I see butterflies everywhere I look.

In the midst of all the turmoil that was losing my job, I remember reminding myself to look up and into nature. At that point I was extremely in my own head and I was definitely spiralling into a place of anguish in which I had been thrust into the unknown. But I found a way to drag myself up and outside on one particular day. At the time I remember closing my eyes and taking a deep breath in. Inside me I was losing myself more and more in a quicksand of angst that was fastly consuming me. At the same time, something was tugging at my heartstrings, telling me to open my eyes. As soon as I did, I saw a swarm of white butterflies everywhere I looked. I remember thinking that I’d never seen anything like it. That sight definitely forced me out of my own head for a moment, as I looked on in awe at the glory of nature. 

When I researched this phenomena I came across so many articles that spoke about seeing these butterflies as being a metaphor for change, for a new chapter that is coming. Another article I read had identified that just as butterflies go through transformation towards the beauty of their renewed being, so must we. I remember thinking about how poignant that message was in that particular moment. Up until that time I had been spiralling for days trying to figure out what had happened and if it had all just been a bad dream. I remember questioning fate and struggling to see past my own suffering at that point. It felt like there was nothing that could have dragged me out of that feeling of hopelessness. But seeing those butterflies took my breath away for a moment. For a second it felt like the whole world stopped and it was just me and those butterflies that inhabited the planet. 

In an instant I was reminded of how small I am in the great expanse that is our universe. I was forced to remember that I am just one being in an ecosystem of so many others. The symbolism of the butterfly also didn’t escape me at that moment. Just like a butterfly goes through metamorphosis, I was being forced onto a similar path myself. One in which I needed to grow, and learn. To be patient and come out the other side a better version of myself. For me those butterflies immediately symbolised an upcoming process of healing, of moving through pain and into the next phase of my life. 

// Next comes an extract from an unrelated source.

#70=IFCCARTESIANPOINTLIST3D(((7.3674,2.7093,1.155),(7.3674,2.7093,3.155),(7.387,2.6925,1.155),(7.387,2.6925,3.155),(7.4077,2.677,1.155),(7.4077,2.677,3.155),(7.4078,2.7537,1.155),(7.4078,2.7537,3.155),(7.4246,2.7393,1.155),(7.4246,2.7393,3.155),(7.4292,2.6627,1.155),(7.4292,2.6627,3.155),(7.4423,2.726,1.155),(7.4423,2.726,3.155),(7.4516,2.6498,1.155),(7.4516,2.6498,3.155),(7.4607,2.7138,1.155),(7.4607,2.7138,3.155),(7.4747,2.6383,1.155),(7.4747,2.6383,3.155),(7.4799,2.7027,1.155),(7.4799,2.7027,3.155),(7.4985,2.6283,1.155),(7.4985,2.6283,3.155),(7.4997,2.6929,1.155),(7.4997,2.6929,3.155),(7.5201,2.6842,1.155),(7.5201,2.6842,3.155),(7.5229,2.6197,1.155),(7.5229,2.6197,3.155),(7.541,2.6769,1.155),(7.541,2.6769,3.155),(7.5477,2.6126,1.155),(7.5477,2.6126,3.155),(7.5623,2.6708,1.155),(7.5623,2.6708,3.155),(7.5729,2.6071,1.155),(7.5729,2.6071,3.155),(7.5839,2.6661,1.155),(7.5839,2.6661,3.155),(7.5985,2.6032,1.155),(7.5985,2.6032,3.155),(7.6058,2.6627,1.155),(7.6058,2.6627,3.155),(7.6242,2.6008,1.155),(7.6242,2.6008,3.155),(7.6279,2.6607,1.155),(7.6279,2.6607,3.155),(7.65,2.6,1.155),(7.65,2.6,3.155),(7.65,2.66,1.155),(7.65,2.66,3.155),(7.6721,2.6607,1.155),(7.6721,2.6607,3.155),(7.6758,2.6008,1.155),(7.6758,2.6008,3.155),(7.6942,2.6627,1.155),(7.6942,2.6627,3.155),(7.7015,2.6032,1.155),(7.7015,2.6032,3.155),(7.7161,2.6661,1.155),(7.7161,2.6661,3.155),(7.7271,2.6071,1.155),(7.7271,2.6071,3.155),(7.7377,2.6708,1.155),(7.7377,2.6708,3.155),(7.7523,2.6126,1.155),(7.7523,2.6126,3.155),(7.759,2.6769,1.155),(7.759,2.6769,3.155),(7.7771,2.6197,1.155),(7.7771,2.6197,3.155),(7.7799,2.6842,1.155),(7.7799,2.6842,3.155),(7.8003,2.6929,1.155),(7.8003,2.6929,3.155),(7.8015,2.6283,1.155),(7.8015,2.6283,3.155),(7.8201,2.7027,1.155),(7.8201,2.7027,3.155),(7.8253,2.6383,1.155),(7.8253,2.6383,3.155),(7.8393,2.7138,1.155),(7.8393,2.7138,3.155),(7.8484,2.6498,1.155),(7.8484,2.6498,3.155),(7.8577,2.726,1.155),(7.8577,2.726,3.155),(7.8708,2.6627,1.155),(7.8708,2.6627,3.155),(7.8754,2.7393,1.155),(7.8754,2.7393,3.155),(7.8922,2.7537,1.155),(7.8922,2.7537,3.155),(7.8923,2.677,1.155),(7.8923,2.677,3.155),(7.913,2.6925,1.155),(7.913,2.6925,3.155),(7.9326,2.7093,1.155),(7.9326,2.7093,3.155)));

As I researched the symbolism of white butterflies around the world, I came to understand the significance of them to so many cultures globally. I read of white butterflies bringing a specific message of healing, of pushing you to truly delve into the darkness that is weighing you down to then grow wings and achieve that ultimate freedom that comes with a total transformation. 

I didn’t realise how much I needed to go through this phase in order to reinvest in myself. I have realised in the time since that I have been neglecting myself, I have not been kind to myself and I’ve judged myself harshly on many occasions. The stress that my previous job was putting me under had pushed me to my limits and I didn’t like the person that I was becoming. One who was increasingly more impatient each day, who was emotionally numb for the most part, and who had to compartmentalise and give up so much in order to keep going and to keep climbing up that corporate wrung. I had started to notice that I was also losing my compassion and this made me question who I was at my core.

As traumatic as the last few months have been I made my peace with my fate the day I saw those butterflies. This doesn’t mean that life ever since has been any easier. It just means that it forced me to see that as uncomfortable as this change period will be, it was much needed to forge towards a better future. My life changed the day I witnessed those butterflies in all of their glorious being after their own metamorphosis.